Последнее Рождество старого дуба

В заброшенном парке на окраине города рос Дуб.
Нет-нет, не так!
Огромный Дуб. Толщиной в несколько обхватов. И рос он уже тогда, когда ещё не было ни этого парка, ни этого города.  Он помнил наполеоновские войны и распад габсбургской империи, он пережил множество холодных зим, когда трещала от мороза его кора, дождливых осеней, когда приходилось стоять «по колено» в воде. И жара, и град, и туман, и шум, и мёртвая тишина – всё было ему знакомо. В ветвях его гнездились птицы, в дуплах жили белочки, в листве пауки плели свою паутину.
Под Дубом стояла скамейка – наверное, такая же старая, как и он сам. Её ножки почти на две трети вросли в землю, а сидение было покрыто многолетним мхом. На ней давным-давно никто не сидел, просто потому, что увидеть её издалека было довольно затруднительно.
И вот однажды, когда в очередной раз ветки Дуба согнулись под тяжестью снега, а скамейка превратилась в огромный бесформенный сугроб, на неё внезапно запрыгнула Кошка. Совершенно непонятно, откуда она взялась. Кошки – странные существа, они всегда появляются неожиданно. У них очень пушистые хвосты, зоркие, всё видящие глаза и маленькие лапки, оставляющие на снегу чёткие, яростные следы.
Эта Кошка была чёрной, зеленоглазой и прекрасной, как молодость старого Дуба.
 - Вам очень идёт снег, - кряхтя, зашелестел сухими листиками Дуб, и с его веток посыпалась белая крошка.
 - Мур, - согласилась Кошка. – Мне всё идёт. Особенно в Рождество.
 -  Откуда вы знаете, что сейчас Рождество? – удивился Дуб всеми ветвями.
 -  Ну, как же, - фыркнула Кошка. – В каждом доме светится наряженная ёлка, вооон там ( она показала лапкой) площадь, на которой много людей. Они пьют горячее вино и покупают разные весёлые глупости на рынке. Открыта дверь храма, и оттуда доносится пение рождественского гимна под аккомпанемент органа.

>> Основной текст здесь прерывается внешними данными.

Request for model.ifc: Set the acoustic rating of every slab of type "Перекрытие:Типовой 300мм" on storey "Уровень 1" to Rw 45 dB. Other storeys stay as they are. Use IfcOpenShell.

First a look at what the model holds.

```python
import ifcopenshell
import ifcopenshell.util.element

model = ifcopenshell.open("model.ifc")
print(model.schema)
storey = next(s for s in model.by_type("IfcBuildingStorey") if s.Name == "Уровень 1")
slabs = [e for e in ifcopenshell.util.element.get_decomposition(storey) if e.is_a("IfcSlab")]
seen = {}
for e in slabs:
    element_type = ifcopenshell.util.element.get_type(e)
    key = (element_type.Name if element_type != e and element_type else None, ifcopenshell.util.element.get_pset(e, "Pset_SlabCommon", "AcousticRating"))
    seen[key] = seen.get(key, 0) + 1
for (name, value), count in sorted(seen.items(), key=str):
    print(count, "x", name, "|", value)
```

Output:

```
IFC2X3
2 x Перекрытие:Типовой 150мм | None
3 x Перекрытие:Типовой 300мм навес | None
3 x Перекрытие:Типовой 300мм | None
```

```python
import ifcopenshell
import ifcopenshell.api.pset
import ifcopenshell.util.element

model = ifcopenshell.open("model.ifc")

storey = next(s for s in model.by_type("IfcBuildingStorey") if s.Name == "Уровень 1")
slabs = [e for e in ifcopenshell.util.element.get_decomposition(storey) if e.is_a("IfcSlab")]

count = 0
for e in slabs:
    element_type = ifcopenshell.util.element.get_type(e)
    if element_type in (None, e) or element_type.Name != "Перекрытие:Типовой 300мм":
        continue
    # add_pset returns the element's existing set when there is one.
    pset = ifcopenshell.api.pset.add_pset(model, product=e, name="Pset_SlabCommon")
    ifcopenshell.api.pset.edit_pset(model, pset=pset, properties={"AcousticRating": "Rw 45 dB"})
    count += 1

print(count, "slabs updated")

model.write("model_edited.ifc")
```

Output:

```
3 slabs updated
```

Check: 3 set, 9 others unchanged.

Дуб задумался. Через него раньше часто проходили люди ( как правило, на лошадях): когда-то на войну – серьёзные мужчины и провожающие их плачущие женщины, потом – на прогулку( тогда уже был парк, ухоженный и роскошный). Но это было давно. Теперь люди ездили на автомобилях  по дороге, в объезд парка. Дуб не видел их, но часто слышал звуки, доносящиеся с той стороны: звон трамваев, сирены пожарных и полицейских машин. По парку гуляли люди, жившие неподалёку: старички и старушки, мамочки с колясками, влюблённые, жаждущие уединения. Дубу это нравилось. Но сейчас он впервые подумал о том, что какая-то очень важная часть жизни проходит мимо него.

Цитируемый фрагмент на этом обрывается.